WORK TASK: Your answer should be the records below, written out exactly.

★ ★ ★ ★ ★

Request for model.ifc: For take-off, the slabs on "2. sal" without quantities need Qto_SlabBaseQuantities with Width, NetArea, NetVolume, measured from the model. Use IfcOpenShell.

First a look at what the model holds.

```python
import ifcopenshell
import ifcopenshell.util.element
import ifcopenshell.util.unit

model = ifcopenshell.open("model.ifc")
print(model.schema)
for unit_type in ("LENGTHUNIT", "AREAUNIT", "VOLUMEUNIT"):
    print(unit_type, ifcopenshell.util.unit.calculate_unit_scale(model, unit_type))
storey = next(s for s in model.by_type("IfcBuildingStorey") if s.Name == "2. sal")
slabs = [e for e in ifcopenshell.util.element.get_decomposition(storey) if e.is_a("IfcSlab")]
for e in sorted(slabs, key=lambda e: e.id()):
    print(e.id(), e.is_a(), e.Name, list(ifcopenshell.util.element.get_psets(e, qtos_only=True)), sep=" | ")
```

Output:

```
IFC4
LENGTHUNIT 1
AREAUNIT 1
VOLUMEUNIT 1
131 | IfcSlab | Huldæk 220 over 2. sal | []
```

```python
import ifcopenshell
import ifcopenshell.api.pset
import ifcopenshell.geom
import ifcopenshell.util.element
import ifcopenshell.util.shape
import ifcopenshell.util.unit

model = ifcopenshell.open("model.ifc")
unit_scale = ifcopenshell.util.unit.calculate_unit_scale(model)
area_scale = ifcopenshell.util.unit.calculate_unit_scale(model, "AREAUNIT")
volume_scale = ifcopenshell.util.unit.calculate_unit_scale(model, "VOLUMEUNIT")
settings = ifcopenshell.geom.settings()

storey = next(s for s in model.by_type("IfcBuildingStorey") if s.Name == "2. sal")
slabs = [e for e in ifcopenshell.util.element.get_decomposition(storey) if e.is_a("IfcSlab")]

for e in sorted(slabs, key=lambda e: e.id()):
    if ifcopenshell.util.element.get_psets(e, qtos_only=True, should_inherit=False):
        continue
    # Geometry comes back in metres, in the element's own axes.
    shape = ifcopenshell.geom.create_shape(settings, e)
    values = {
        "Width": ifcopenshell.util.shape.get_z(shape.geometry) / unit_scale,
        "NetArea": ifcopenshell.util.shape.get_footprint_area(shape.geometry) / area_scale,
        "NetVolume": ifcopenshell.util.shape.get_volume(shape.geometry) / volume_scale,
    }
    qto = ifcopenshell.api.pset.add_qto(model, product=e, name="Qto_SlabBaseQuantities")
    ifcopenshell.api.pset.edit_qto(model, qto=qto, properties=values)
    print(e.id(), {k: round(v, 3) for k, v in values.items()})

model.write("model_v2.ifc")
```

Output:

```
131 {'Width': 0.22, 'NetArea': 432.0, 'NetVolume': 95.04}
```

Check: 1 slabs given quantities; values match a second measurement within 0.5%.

★ ★ ★ ★ ★

SOLUTION TO THIS PROBLEM:
Request for model.ifc: For take-off, the slabs on "2. sal" without quantities need Qto_SlabBaseQuantities with Width, NetArea, NetVolume, measured from the model. Use IfcOpenShell.

First a look at what the model holds.

```python
import ifcopenshell
import ifcopenshell.util.element
import ifcopenshell.util.unit

model = ifcopenshell.open("model.ifc")
print(model.schema)
for unit_type in ("LENGTHUNIT", "AREAUNIT", "VOLUMEUNIT"):
    print(unit_type, ifcopenshell.util.unit.calculate_unit_scale(model, unit_type))
storey = next(s for s in model.by_type("IfcBuildingStorey") if s.Name == "2. sal")
slabs = [e for e in ifcopenshell.util.element.get_decomposition(storey) if e.is_a("IfcSlab")]
for e in sorted(slabs, key=lambda e: e.id()):
    print(e.id(), e.is_a(), e.Name, list(ifcopenshell.util.element.get_psets(e, qtos_only=True)), sep=" | ")
```

Output:

```
IFC4
LENGTHUNIT 1
AREAUNIT 1
VOLUMEUNIT 1
131 | IfcSlab | Huldæk 220 over 2. sal | []
```

```python
import ifcopenshell
import ifcopenshell.api.pset
import ifcopenshell.geom
import ifcopenshell.util.element
import ifcopenshell.util.shape
import ifcopenshell.util.unit

model = ifcopenshell.open("model.ifc")
unit_scale = ifcopenshell.util.unit.calculate_unit_scale(model)
area_scale = ifcopenshell.util.unit.calculate_unit_scale(model, "AREAUNIT")
volume_scale = ifcopenshell.util.unit.calculate_unit_scale(model, "VOLUMEUNIT")
settings = ifcopenshell.geom.settings()

storey = next(s for s in model.by_type("IfcBuildingStorey") if s.Name == "2. sal")
slabs = [e for e in ifcopenshell.util.element.get_decomposition(storey) if e.is_a("IfcSlab")]

for e in sorted(slabs, key=lambda e: e.id()):
    if ifcopenshell.util.element.get_psets(e, qtos_only=True, should_inherit=False):
        continue
    # Geometry comes back in metres, in the element's own axes.
    shape = ifcopenshell.geom.create_shape(settings, e)
    values = {
        "Width": ifcopenshell.util.shape.get_z(shape.geometry) / unit_scale,
        "NetArea": ifcopenshell.util.shape.get_footprint_area(shape.geometry) / area_scale,
        "NetVolume": ifcopenshell.util.shape.get_volume(shape.geometry) / volume_scale,
    }
    qto = ifcopenshell.api.pset.add_qto(model, product=e, name="Qto_SlabBaseQuantities")
    ifcopenshell.api.pset.edit_qto(model, qto=qto, properties=values)
    print(e.id(), {k: round(v, 3) for k, v in values.items()})

model.write("model_v2.ifc")
```

Output:

```
131 {'Width': 0.22, 'NetArea': 432.0, 'NetVolume': 95.04}
```

Check: 1 slabs given quantities; values match a second measurement within 0.5%.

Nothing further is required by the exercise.